Entries provided below:

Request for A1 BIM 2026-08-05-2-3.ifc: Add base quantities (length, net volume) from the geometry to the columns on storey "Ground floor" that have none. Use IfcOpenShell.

First a look at what the model holds.

```python
import ifcopenshell
import ifcopenshell.util.element
import ifcopenshell.util.unit

model = ifcopenshell.open("A1 BIM 2026-08-05-2-3.ifc")
print(model.schema)
for unit_type in ("LENGTHUNIT", "AREAUNIT", "VOLUMEUNIT"):
    print(unit_type, ifcopenshell.util.unit.calculate_unit_scale(model, unit_type))
storey = next(s for s in model.by_type("IfcBuildingStorey") if s.Name == "Ground floor")
columns = [e for e in ifcopenshell.util.element.get_decomposition(storey) if e.is_a("IfcColumn")]
for e in sorted(columns, key=lambda e: e.id()):
    print(e.id(), e.is_a(), e.Name, list(ifcopenshell.util.element.get_psets(e, qtos_only=True)), sep=" | ")
```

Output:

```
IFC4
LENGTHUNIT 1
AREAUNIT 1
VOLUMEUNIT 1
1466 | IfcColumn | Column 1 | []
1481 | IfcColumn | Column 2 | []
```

```python
import ifcopenshell
import ifcopenshell.api.pset
import ifcopenshell.geom
import ifcopenshell.util.element
import ifcopenshell.util.shape
import ifcopenshell.util.unit

model = ifcopenshell.open("A1 BIM 2026-08-05-2-3.ifc")
unit_scale = ifcopenshell.util.unit.calculate_unit_scale(model)
volume_scale = ifcopenshell.util.unit.calculate_unit_scale(model, "VOLUMEUNIT")
settings = ifcopenshell.geom.settings()

storey = next(s for s in model.by_type("IfcBuildingStorey") if s.Name == "Ground floor")
columns = [e for e in ifcopenshell.util.element.get_decomposition(storey) if e.is_a("IfcColumn")]

for e in sorted(columns, key=lambda e: e.id()):
    if ifcopenshell.util.element.get_psets(e, qtos_only=True, should_inherit=False):
        continue
    # Geometry comes back in metres, in the element's own axes.
    shape = ifcopenshell.geom.create_shape(settings, e)
    values = {
        "Length": ifcopenshell.util.shape.get_z(shape.geometry) / unit_scale,
        "NetVolume": ifcopenshell.util.shape.get_volume(shape.geometry) / volume_scale,
    }
    qto = ifcopenshell.api.pset.add_qto(model, product=e, name="Qto_ColumnBaseQuantities")
    ifcopenshell.api.pset.edit_qto(model, qto=qto, properties=values)
    print(e.id(), {k: round(v, 3) for k, v in values.items()})

model.write("A1 BIM 2026-08-05-2-3_rev.ifc")
```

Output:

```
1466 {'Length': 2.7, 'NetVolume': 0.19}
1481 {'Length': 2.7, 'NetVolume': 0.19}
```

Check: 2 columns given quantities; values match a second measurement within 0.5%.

End of Entries provided.

Would you give the material above again, complete and exact?

## Task solution
Request for A1 BIM 2026-08-05-2-3.ifc: Add base quantities (length, net volume) from the geometry to the columns on storey "Ground floor" that have none. Use IfcOpenShell.

First a look at what the model holds.

```python
import ifcopenshell
import ifcopenshell.util.element
import ifcopenshell.util.unit

model = ifcopenshell.open("A1 BIM 2026-08-05-2-3.ifc")
print(model.schema)
for unit_type in ("LENGTHUNIT", "AREAUNIT", "VOLUMEUNIT"):
    print(unit_type, ifcopenshell.util.unit.calculate_unit_scale(model, unit_type))
storey = next(s for s in model.by_type("IfcBuildingStorey") if s.Name == "Ground floor")
columns = [e for e in ifcopenshell.util.element.get_decomposition(storey) if e.is_a("IfcColumn")]
for e in sorted(columns, key=lambda e: e.id()):
    print(e.id(), e.is_a(), e.Name, list(ifcopenshell.util.element.get_psets(e, qtos_only=True)), sep=" | ")
```

Output:

```
IFC4
LENGTHUNIT 1
AREAUNIT 1
VOLUMEUNIT 1
1466 | IfcColumn | Column 1 | []
1481 | IfcColumn | Column 2 | []
```

```python
import ifcopenshell
import ifcopenshell.api.pset
import ifcopenshell.geom
import ifcopenshell.util.element
import ifcopenshell.util.shape
import ifcopenshell.util.unit

model = ifcopenshell.open("A1 BIM 2026-08-05-2-3.ifc")
unit_scale = ifcopenshell.util.unit.calculate_unit_scale(model)
volume_scale = ifcopenshell.util.unit.calculate_unit_scale(model, "VOLUMEUNIT")
settings = ifcopenshell.geom.settings()

storey = next(s for s in model.by_type("IfcBuildingStorey") if s.Name == "Ground floor")
columns = [e for e in ifcopenshell.util.element.get_decomposition(storey) if e.is_a("IfcColumn")]

for e in sorted(columns, key=lambda e: e.id()):
    if ifcopenshell.util.element.get_psets(e, qtos_only=True, should_inherit=False):
        continue
    # Geometry comes back in metres, in the element's own axes.
    shape = ifcopenshell.geom.create_shape(settings, e)
    values = {
        "Length": ifcopenshell.util.shape.get_z(shape.geometry) / unit_scale,
        "NetVolume": ifcopenshell.util.shape.get_volume(shape.geometry) / volume_scale,
    }
    qto = ifcopenshell.api.pset.add_qto(model, product=e, name="Qto_ColumnBaseQuantities")
    ifcopenshell.api.pset.edit_qto(model, qto=qto, properties=values)
    print(e.id(), {k: round(v, 3) for k, v in values.items()})

model.write("A1 BIM 2026-08-05-2-3_rev.ifc")
```

Output:

```
1466 {'Length': 2.7, 'NetVolume': 0.19}
1481 {'Length': 2.7, 'NetVolume': 0.19}
```

Check: 2 columns given quantities; values match a second measurement within 0.5%.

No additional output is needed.